Expect it to begin serving soon as the basis for regulation of bloggers’ political speech, predicts Brad Smith of the Federal Election Commission. (Declan McCullagh, “The coming crackdown on blogging” (interview with Bradley Smith), CNet/News.com, Mar. 3). Michelle Malkin has a roundup of reactions (Mar. 3). More: Prof. Bainbridge follows up (Mar. 6).

AEI: Who Is to Blame for Obesity?

A webcast of today’s American Enterprise Institute panel on obesity and lifestyle litigation is now on-line. I spoke at the second panel, moderated by AEI’s Michael Greve, along with activists Richard Daynard and Alison Rein, and Thomas Haynes of the Coca-Cola Bottlers’ Association. Todd Zywicki moderated an earlier panel on empirical research on the causes of obesity.

Flint’s mayor retreats

On Jan. 21 Mayor Don Williamson of Flint, Mich., issued an executive order directing the city not to do business with any enterprise or person who had sued the city during the previous five years. Last week he announced a retreat from that policy, his spokesman saying a record of having sued the city would henceforth be considered as one factor among others rather than as an automatic bar to doing business.

Williamson’s original order had been criticized on various grounds, and the local ACLU chapter had threatened — what else? — to sue the city over the policy. Now, it should be noted that a municipality’s blanket refusal to do business with lawsuit-filers very likely might run afoul of various laws: employment discrimination statutes, to take one notable example, typically include provisions banning employers from “retaliating” against persons who sue under them. Other state laws on topics such as procurement might also be plausibly implicated, and perhaps constitutional doctrines as well. On the other hand, news accounts portray the ACLU chapter as adventurously asserting some sort of universal if heretofore unenumerated right not to be retaliated against by any official body on the grounds of a record of litigiousness — so that an asphalt contractor, for example, with a record of getting into repeated wrangles with the city over the terms of past contracts might have a constitutional right not to have that held against it in future competition for business. Given Flint’s announced policy of continuing to consider proneness to litigation as one factor among others, it may be predicted that the controversy has not been finally put to rest. (Christofer Machniak, “Flint’s no-sue policy modified”, Flint Journal, Feb. 25; “Flint rescinds policy barring business with companies who have sued city”, AP/Detroit Free Press, Feb. 24).

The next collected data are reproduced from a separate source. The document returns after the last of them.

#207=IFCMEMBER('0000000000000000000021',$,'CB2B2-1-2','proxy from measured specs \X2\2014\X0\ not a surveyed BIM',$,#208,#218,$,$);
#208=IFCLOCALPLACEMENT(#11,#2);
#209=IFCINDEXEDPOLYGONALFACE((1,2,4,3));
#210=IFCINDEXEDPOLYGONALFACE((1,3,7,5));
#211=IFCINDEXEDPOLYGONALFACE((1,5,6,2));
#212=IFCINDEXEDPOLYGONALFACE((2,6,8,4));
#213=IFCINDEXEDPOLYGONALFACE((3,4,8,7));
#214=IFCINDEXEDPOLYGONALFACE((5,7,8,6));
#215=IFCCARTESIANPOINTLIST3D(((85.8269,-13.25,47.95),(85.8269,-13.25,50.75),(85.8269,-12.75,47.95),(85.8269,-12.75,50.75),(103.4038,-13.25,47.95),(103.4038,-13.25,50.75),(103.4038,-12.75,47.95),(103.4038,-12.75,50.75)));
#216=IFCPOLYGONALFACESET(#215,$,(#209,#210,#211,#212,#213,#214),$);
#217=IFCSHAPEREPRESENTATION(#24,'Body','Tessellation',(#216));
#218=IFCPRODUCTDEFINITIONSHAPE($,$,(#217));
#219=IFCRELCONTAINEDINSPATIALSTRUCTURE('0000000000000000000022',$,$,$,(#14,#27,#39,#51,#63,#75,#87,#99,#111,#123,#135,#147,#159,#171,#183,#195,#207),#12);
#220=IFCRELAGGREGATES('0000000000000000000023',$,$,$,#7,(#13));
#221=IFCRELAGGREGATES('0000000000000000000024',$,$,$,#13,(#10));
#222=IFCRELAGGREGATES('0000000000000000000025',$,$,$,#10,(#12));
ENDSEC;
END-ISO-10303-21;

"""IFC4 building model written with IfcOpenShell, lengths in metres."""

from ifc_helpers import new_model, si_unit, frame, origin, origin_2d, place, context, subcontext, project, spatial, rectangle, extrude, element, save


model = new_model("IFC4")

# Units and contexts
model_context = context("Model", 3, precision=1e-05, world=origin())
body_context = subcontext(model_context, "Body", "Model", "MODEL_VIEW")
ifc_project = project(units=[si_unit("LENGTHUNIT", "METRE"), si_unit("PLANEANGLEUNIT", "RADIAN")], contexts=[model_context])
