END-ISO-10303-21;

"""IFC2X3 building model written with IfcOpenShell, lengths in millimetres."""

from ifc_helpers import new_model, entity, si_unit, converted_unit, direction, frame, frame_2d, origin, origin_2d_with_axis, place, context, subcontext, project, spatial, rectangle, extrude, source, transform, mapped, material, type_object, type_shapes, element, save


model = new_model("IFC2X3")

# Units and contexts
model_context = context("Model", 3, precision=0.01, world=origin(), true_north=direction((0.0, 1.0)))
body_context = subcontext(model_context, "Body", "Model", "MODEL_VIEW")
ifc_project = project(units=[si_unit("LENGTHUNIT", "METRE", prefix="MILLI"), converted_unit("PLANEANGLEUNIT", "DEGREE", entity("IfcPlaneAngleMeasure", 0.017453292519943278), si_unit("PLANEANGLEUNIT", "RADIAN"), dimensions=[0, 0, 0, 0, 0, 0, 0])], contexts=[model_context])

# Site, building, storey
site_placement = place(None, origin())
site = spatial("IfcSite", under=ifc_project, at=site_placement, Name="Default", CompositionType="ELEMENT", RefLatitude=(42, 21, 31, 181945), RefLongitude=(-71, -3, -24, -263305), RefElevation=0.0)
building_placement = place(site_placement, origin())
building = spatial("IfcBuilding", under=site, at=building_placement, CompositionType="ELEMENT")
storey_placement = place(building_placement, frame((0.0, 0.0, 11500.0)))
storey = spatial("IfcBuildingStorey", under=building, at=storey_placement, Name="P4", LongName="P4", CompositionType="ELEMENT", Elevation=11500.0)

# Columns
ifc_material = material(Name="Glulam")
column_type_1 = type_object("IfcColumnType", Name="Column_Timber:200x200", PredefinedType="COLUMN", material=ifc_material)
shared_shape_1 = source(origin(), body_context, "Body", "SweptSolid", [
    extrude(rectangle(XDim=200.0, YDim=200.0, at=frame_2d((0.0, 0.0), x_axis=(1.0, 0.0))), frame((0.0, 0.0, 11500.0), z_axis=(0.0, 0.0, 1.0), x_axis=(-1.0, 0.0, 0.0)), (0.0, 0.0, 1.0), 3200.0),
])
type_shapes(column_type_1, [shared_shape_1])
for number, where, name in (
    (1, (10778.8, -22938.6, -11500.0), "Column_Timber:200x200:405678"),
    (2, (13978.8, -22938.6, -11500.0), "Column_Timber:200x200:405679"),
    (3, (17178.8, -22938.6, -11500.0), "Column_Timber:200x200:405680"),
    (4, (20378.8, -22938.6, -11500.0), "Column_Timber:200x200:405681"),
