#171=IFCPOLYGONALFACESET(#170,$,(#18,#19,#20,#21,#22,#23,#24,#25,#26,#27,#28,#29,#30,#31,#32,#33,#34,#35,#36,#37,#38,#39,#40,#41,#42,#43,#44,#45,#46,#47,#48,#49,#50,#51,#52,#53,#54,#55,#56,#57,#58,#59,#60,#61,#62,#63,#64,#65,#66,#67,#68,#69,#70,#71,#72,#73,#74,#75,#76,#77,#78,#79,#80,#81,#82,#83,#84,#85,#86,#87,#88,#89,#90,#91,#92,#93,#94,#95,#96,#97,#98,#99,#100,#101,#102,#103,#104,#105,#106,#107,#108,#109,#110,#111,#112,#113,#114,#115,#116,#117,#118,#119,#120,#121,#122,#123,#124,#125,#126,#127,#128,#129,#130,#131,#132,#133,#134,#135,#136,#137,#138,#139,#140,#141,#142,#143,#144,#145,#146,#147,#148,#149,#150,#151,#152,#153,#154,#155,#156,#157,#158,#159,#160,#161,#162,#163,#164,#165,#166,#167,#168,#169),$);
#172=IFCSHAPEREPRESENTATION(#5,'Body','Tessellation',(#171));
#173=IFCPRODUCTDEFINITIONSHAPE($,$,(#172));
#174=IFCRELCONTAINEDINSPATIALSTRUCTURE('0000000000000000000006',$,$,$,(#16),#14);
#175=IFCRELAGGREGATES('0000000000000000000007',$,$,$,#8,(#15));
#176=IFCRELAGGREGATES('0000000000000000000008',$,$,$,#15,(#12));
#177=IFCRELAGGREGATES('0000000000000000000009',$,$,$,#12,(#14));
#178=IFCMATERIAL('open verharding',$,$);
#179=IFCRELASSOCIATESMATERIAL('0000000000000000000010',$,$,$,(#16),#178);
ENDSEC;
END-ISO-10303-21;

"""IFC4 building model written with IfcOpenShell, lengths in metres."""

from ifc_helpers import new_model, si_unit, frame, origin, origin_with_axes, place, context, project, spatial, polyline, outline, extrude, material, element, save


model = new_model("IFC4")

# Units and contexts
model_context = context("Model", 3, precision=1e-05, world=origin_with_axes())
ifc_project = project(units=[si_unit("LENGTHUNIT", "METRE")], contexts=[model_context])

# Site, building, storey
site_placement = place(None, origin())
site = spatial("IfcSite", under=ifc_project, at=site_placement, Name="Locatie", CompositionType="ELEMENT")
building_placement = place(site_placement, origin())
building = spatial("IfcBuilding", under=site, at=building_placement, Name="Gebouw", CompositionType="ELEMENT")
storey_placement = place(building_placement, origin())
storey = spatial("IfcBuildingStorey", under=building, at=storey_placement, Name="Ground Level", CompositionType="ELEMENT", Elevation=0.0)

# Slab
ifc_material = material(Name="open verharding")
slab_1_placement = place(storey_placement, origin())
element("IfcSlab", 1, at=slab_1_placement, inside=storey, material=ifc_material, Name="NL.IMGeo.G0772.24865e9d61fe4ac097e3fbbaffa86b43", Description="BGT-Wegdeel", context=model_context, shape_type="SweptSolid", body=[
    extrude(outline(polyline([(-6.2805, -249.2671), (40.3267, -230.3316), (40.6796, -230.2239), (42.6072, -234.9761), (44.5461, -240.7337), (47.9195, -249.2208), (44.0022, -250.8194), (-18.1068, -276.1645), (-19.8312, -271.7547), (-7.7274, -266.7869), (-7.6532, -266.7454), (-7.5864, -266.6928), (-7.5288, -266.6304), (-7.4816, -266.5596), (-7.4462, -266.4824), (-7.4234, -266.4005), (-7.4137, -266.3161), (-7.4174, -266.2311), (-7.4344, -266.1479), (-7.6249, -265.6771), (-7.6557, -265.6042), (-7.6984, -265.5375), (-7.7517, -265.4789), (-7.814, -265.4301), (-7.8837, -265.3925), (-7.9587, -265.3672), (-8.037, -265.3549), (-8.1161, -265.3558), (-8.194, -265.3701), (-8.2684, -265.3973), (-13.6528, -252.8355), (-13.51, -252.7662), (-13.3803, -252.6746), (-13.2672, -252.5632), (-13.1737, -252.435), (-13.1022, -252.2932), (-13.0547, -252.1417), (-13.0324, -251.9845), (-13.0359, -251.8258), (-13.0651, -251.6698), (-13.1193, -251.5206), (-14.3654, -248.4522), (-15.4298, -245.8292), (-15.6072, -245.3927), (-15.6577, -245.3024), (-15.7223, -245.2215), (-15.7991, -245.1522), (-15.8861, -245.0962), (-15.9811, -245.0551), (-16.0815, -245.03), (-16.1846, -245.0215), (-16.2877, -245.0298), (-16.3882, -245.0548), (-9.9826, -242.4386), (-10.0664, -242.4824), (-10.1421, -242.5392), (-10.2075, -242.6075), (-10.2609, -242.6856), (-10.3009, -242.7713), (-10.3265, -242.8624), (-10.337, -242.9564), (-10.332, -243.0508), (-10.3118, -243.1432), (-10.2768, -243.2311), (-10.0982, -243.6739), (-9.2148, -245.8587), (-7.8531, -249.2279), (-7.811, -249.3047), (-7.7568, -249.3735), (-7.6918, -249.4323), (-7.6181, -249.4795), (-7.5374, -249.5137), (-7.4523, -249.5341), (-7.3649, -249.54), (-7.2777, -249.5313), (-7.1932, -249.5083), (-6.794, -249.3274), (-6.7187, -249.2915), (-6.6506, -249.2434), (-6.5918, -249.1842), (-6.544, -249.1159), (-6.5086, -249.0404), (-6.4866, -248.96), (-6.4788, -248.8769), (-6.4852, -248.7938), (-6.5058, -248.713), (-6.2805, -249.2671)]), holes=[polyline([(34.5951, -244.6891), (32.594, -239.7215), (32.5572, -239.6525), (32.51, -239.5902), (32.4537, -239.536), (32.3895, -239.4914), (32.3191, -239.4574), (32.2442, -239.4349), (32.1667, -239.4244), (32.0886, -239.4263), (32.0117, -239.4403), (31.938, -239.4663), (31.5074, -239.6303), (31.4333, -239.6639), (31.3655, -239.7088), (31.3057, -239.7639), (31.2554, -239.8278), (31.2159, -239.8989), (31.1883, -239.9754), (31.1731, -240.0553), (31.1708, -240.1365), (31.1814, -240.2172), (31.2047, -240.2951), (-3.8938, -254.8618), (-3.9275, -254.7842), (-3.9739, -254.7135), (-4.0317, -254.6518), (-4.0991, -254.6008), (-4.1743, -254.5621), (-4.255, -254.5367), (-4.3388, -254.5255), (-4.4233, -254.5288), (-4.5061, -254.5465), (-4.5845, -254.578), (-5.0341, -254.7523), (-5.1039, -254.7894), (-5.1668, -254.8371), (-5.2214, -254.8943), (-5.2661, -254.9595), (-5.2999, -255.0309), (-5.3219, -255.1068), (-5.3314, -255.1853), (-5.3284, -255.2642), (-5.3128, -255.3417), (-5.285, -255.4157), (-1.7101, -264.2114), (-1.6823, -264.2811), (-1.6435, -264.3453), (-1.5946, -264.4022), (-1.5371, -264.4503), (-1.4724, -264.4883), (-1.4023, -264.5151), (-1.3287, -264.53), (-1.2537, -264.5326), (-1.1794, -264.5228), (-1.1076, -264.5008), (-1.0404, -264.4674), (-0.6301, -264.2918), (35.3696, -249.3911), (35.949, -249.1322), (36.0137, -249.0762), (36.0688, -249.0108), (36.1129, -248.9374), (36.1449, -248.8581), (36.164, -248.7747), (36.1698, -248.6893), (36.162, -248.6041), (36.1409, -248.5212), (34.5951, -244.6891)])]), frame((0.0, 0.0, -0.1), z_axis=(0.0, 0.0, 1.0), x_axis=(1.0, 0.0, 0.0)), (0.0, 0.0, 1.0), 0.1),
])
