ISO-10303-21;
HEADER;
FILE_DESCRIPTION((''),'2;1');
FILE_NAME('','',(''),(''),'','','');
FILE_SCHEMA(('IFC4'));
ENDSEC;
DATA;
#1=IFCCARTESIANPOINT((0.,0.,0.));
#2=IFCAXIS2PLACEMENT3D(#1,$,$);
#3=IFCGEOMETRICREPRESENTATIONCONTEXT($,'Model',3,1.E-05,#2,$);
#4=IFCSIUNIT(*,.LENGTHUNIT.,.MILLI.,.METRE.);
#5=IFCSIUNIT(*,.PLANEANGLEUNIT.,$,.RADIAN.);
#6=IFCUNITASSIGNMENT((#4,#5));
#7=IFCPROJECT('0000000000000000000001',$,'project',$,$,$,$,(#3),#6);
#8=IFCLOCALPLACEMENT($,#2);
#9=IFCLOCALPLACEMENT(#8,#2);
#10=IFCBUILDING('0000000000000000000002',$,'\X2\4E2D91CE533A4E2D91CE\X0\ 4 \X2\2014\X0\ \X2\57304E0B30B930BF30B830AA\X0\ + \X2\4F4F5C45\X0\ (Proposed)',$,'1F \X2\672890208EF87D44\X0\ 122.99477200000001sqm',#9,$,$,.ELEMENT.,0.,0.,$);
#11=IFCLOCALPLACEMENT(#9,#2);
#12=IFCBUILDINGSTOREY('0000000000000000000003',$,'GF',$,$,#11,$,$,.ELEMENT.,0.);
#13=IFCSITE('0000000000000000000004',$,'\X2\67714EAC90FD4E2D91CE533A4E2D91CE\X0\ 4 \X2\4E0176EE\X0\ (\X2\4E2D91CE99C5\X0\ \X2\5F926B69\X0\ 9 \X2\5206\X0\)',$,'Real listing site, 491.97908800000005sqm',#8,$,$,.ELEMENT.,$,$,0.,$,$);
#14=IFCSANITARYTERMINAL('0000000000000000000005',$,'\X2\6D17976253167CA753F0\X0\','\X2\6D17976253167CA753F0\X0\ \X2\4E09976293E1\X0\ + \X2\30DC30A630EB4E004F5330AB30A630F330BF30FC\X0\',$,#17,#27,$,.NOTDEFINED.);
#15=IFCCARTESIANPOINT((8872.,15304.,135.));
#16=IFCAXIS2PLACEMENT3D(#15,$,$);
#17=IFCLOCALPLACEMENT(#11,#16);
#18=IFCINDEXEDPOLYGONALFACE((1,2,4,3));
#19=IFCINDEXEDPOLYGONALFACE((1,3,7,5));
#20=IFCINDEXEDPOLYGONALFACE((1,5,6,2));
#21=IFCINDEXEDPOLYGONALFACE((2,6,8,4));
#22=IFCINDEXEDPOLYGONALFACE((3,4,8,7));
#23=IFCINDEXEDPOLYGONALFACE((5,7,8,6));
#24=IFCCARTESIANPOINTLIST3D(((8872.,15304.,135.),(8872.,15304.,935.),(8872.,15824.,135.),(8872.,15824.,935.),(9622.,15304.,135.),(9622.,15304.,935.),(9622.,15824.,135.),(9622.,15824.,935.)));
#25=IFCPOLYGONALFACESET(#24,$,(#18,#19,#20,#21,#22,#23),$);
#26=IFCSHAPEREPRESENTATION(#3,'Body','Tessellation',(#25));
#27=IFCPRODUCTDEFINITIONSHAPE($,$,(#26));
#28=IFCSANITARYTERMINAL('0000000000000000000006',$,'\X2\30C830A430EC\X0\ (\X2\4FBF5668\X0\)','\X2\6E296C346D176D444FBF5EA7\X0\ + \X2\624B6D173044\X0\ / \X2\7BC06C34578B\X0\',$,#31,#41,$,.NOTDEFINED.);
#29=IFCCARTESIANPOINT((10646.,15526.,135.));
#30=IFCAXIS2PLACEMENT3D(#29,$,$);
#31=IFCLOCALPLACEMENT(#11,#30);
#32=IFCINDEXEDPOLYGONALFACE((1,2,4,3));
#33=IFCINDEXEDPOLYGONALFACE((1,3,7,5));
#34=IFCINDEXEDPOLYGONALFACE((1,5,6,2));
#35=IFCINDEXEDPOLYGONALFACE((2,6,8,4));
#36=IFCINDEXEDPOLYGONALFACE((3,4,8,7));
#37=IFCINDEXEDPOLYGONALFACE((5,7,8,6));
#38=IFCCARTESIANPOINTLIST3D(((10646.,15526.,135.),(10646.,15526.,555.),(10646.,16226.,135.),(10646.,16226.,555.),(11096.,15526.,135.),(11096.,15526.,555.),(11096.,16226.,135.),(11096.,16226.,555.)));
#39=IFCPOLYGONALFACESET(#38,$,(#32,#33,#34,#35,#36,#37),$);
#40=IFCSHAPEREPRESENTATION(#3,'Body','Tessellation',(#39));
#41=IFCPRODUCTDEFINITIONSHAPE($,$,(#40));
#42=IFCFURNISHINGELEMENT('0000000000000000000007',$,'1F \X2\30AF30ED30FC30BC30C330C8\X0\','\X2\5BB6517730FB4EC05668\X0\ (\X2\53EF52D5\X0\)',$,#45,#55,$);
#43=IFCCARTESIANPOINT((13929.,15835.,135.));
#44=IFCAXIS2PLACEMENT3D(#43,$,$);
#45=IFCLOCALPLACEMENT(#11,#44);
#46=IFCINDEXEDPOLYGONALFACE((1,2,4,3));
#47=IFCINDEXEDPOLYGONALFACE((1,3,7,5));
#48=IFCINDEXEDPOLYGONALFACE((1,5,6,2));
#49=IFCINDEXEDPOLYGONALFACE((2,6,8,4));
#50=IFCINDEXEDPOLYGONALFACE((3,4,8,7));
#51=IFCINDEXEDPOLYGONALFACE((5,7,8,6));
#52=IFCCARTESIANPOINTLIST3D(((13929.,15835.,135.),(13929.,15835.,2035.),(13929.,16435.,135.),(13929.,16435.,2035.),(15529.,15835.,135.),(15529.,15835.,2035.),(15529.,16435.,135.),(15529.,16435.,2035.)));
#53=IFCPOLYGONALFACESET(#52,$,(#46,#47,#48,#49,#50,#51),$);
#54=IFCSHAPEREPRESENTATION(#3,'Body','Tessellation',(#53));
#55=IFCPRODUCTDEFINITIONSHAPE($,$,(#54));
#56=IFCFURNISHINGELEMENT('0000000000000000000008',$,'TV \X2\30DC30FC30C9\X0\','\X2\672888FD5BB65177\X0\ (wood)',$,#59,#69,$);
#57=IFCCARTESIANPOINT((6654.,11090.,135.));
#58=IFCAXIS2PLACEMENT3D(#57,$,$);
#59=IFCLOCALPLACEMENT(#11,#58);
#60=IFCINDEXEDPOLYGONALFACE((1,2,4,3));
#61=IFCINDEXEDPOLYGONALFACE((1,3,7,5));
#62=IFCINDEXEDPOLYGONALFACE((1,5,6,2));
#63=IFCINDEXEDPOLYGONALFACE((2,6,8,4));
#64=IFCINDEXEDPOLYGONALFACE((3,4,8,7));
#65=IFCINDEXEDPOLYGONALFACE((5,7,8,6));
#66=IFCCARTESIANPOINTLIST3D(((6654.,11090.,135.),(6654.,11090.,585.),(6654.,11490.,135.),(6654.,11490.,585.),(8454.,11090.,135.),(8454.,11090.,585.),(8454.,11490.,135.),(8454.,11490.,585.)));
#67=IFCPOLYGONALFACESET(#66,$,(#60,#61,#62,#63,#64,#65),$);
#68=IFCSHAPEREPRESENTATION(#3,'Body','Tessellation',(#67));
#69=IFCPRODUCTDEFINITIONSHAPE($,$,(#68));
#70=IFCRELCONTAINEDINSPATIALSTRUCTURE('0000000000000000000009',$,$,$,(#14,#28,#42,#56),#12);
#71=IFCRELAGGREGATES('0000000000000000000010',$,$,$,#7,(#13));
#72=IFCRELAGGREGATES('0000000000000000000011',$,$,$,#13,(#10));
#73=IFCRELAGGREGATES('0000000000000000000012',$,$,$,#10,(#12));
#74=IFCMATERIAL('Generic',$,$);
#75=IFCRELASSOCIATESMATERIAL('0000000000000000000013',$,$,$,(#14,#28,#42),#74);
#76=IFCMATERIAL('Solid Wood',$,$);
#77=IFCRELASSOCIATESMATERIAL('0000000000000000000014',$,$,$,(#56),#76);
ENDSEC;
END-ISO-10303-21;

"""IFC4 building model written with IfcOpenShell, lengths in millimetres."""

from ifc_helpers import new_model, si_unit, frame, frame_2d, origin, place, context, project, spatial, rectangle, extrude, material, element, save


model = new_model("IFC4")

# Units and contexts
model_context = context("Model", 3, precision=1e-05, world=origin())
ifc_project = project(units=[si_unit("LENGTHUNIT", "METRE", prefix="MILLI"), si_unit("PLANEANGLEUNIT", "RADIAN")], contexts=[model_context])

# Site, building, storey
site_placement = place(None, origin())
site = spatial("IfcSite", under=ifc_project, at=site_placement, Name="東京都中野区中野 4 丁目 (中野駅 徒歩 9 分)", ObjectType="Real listing site, 491.97908800000005sqm", CompositionType="ELEMENT", RefElevation=0.0)
building_placement = place(site_placement, origin())
building = spatial("IfcBuilding", under=site, at=building_placement, Name="中野区中野 4 — 地下スタジオ + 住居 (Proposed)", ObjectType="1F 木造軸組 122.99477200000001sqm", CompositionType="ELEMENT", ElevationOfRefHeight=0.0, ElevationOfTerrain=0.0)
storey_placement = place(building_placement, origin())
storey = spatial("IfcBuildingStorey", under=building, at=storey_placement, Name="GF", CompositionType="ELEMENT", Elevation=0.0)

# Shared definitions
ifc_material_1 = material(Name="Solid Wood")

# Sanitary terminals
ifc_material_2 = material(Name="Generic")
sanitary_terminal_1_placement = place(storey_placement, frame((8872.0, 15304.0, 135.0)))
element("IfcSanitaryTerminal", 1, at=sanitary_terminal_1_placement, inside=storey, material=ifc_material_2, Name="洗面化粧台", Description="洗面化粧台 三面鏡 + ボウル一体カウンター", PredefinedType="NOTDEFINED", context=model_context, shape_type="SweptSolid", body=[
    extrude(rectangle(XDim=750.0, YDim=520.0, at=frame_2d((375.0, 260.0))), frame((8872.0, 15304.0, 135.0)), (0.0, 0.0, 1.0), 800.0),
])
sanitary_terminal_2_placement = place(storey_placement, frame((10646.0, 15526.0, 135.0)))
element("IfcSanitaryTerminal", 2, at=sanitary_terminal_2_placement, inside=storey, material=ifc_material_2, Name="トイレ (便器)", Description="温水洗浄便座 + 手洗い / 節水型", PredefinedType="NOTDEFINED", context=model_context, shape_type="SweptSolid", body=[
    extrude(rectangle(XDim=450.0, YDim=700.0, at=frame_2d((225.0, 350.0))), frame((10646.0, 15526.0, 135.0)), (0.0, 0.0, 1.0), 420.0),
])

# Furnishing elements
furnishing_1_placement = place(storey_placement, frame((13929.0, 15835.0, 135.0)))
element("IfcFurnishingElement", 3, at=furnishing_1_placement, inside=storey, material=ifc_material_2, Name="1F クローゼット", Description="家具・什器 (可動)", context=model_context, shape_type="SweptSolid", body=[
    extrude(rectangle(XDim=1600.0, YDim=600.0, at=frame_2d((800.0, 300.0))), frame((13929.0, 15835.0, 135.0)), (0.0, 0.0, 1.0), 1900.0),
])
furnishing_2_placement = place(storey_placement, frame((6654.0, 11090.0, 135.0)))
element("IfcFurnishingElement", 4, at=furnishing_2_placement, inside=storey, material=ifc_material_1, Name="TV ボード", Description="木製家具 (wood)", context=model_context, shape_type="SweptSolid", body=[
    extrude(rectangle(XDim=1800.0, YDim=400.0, at=frame_2d((900.0, 200.0))), frame((6654.0, 11090.0, 135.0)), (0.0, 0.0, 1.0), 450.0),
])

save(model, "model.ifc")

Damages for weather-forecast inaccuracy

Ill-conceived liability proposal #91,204, this time from Russia: “Weather forecasters in our city and the surrounding area will be held responsible for financial losses that the city incurs through their incorrect prognoses,” said Moscow Mayor Yuri Luzhkov. (“Weathermen face fines”, Ananova, Feb. 23; Peter Finn, “Forecasters Feeling Some Official Heat”, Washington Post, Mar. 1)(via Alex Tabarrok).